Problem What It Is How to Fix It
Limescale / mineral deposits Calcium and magnesium from tap water, builds up in the boiler, pipes, and heating element. White, chalky, hard. Descaling — acid-based solution (citric acid, commercial descaler, vinegar) run through the water circuit
Coffee oil residue Oils and fine coffee particles left in the brew basket, shower screen, portafilter, and carafe. Brown, sticky, rancid over time. Cleaning — backflushing with water, cleaning tablets (Cafiza), hot soapy water on removable parts

Descaling treats the water pathway inside the machine — the boiler, thermoblock, internal pipes, and anything water passes through before it reaches your cup. Cleaning treats the coffee pathway — the brew basket, carafe, portafilter, and shower screen where coffee actually contacts the machine.

Running a descaling solution through your machine does not remove coffee oils. Running cleaning tablets through the portafilter does not dissolve limescale from the boiler. They are different chemistry solving different problems. A machine that tastes bitter even after descaling usually needs the coffee pathway cleaned. A machine that brews slowly even after a carafe wash needs descaling. Ideally, do both at the same maintenance session — but know they are separate steps requiring separate products.
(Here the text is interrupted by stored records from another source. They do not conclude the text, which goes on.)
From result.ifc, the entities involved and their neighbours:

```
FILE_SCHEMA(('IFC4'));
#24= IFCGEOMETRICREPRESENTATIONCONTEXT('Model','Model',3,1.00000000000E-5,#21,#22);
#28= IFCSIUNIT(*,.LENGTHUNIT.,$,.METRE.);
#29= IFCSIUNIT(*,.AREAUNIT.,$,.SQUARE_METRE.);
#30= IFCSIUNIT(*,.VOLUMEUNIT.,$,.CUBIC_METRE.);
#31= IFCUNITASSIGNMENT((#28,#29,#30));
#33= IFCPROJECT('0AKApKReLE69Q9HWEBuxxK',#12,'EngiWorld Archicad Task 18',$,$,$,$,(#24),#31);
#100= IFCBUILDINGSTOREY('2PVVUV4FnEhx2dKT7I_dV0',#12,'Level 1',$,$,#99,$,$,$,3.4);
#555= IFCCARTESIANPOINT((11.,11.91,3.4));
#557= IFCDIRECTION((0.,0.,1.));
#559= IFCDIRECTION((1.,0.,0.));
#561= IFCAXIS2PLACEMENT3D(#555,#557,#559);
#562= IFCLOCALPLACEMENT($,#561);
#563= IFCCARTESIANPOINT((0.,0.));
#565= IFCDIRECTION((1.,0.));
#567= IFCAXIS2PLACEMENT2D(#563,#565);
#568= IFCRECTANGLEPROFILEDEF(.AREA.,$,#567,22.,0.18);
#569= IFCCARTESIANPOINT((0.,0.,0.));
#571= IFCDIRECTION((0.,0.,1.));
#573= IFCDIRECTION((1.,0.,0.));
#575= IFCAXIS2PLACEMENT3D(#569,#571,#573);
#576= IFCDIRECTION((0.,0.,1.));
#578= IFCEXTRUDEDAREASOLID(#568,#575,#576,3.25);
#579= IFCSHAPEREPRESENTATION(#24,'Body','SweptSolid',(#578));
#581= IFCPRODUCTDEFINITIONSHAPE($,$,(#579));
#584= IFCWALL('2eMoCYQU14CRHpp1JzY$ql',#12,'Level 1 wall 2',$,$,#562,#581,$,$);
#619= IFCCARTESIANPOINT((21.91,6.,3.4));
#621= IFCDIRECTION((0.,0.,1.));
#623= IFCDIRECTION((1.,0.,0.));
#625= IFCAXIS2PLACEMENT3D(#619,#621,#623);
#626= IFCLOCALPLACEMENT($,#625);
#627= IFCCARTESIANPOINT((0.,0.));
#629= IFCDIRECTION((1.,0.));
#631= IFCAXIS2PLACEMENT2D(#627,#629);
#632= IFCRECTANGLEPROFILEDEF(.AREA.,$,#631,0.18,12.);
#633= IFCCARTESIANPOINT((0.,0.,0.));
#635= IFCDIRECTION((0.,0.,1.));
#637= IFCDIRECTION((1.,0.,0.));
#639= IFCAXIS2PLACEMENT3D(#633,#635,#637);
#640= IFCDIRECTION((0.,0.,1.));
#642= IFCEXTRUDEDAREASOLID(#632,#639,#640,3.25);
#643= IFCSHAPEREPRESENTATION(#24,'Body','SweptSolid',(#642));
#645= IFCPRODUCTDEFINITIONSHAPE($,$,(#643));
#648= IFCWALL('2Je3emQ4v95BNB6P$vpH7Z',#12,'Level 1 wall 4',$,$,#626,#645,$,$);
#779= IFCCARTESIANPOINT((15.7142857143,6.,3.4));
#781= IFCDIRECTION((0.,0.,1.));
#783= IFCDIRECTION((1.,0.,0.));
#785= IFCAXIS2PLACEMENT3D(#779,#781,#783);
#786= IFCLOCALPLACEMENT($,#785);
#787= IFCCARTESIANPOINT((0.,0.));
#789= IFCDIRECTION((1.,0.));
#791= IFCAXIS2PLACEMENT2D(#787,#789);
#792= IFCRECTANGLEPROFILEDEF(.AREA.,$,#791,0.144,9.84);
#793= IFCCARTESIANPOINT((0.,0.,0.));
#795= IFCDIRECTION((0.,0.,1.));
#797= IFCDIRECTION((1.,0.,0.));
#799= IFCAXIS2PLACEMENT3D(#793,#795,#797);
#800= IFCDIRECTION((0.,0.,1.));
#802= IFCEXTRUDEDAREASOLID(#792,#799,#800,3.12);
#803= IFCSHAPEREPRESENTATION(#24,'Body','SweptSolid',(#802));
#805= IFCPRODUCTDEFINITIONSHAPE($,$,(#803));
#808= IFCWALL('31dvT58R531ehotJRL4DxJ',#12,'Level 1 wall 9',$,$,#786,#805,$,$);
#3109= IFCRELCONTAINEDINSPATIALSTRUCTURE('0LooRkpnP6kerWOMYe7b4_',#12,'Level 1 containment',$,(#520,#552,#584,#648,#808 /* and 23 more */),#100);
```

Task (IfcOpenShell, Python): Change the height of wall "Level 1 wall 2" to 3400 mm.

```python
import ifcopenshell
import ifcopenshell.geom
import ifcopenshell.util.shape

model = ifcopenshell.open("result.ifc")
settings = ifcopenshell.geom.settings()


def volume(element):
    """Net volume in cubic metres, openings subtracted."""
    shape = ifcopenshell.geom.create_shape(settings, element)
    return ifcopenshell.util.shape.get_volume(shape.geometry)


wall = model.by_guid("2eMoCYQU14CRHpp1JzY$ql")
before = volume(wall)

body = next(r for r in wall.Representation.Representations if r.RepresentationIdentifier == "Body")
solid = body.Items[0]
old_height = solid.Depth
solid.Depth = 3.4
after = volume(wall)

print(f"height {old_height:g} -> {solid.Depth:g}, volume {before:.3f} -> {after:.3f} m3")

model.write("result_updated.ifc")
```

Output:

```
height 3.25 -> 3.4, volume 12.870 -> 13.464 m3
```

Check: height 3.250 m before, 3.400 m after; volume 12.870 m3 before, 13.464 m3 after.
6 Signs Your Coffee Maker Is Crying Out for a Descale

You don’t need a descale indicator light to know the time has come. Watch for any of these:

  1. Slower brew times. If a cycle that used to take 5 minutes now takes 8 or more, scale is restricting the water flow through the internal pipes. The machine is working against itself.
  2. Weaker, flatter-tasting coffee. Scale insulates the heating element, so water never reaches the 195–205°F sweet spot for proper extraction. Under-hot water produces a thin, dull cup — and no amount of better beans or finer grind will compensate for water that’s 15 degrees too cool.
  3. Gurgling or sputtering sounds. Unusual noises during the brew cycle — louder than normal, bubbling, or uneven flow — are the sound of water fighting through mineral-clogged passages.
  4. Coffee not as hot as it used to be. The insulating effect of scale on the heating element directly reduces output temperature. If you find yourself reheating your cup, scale is often the culprit.
  5. White crust or deposits visible in the reservoir. If scale is visible on internal surfaces, the build-up inside the pipes and boiler where you can’t see is significantly worse. Act immediately.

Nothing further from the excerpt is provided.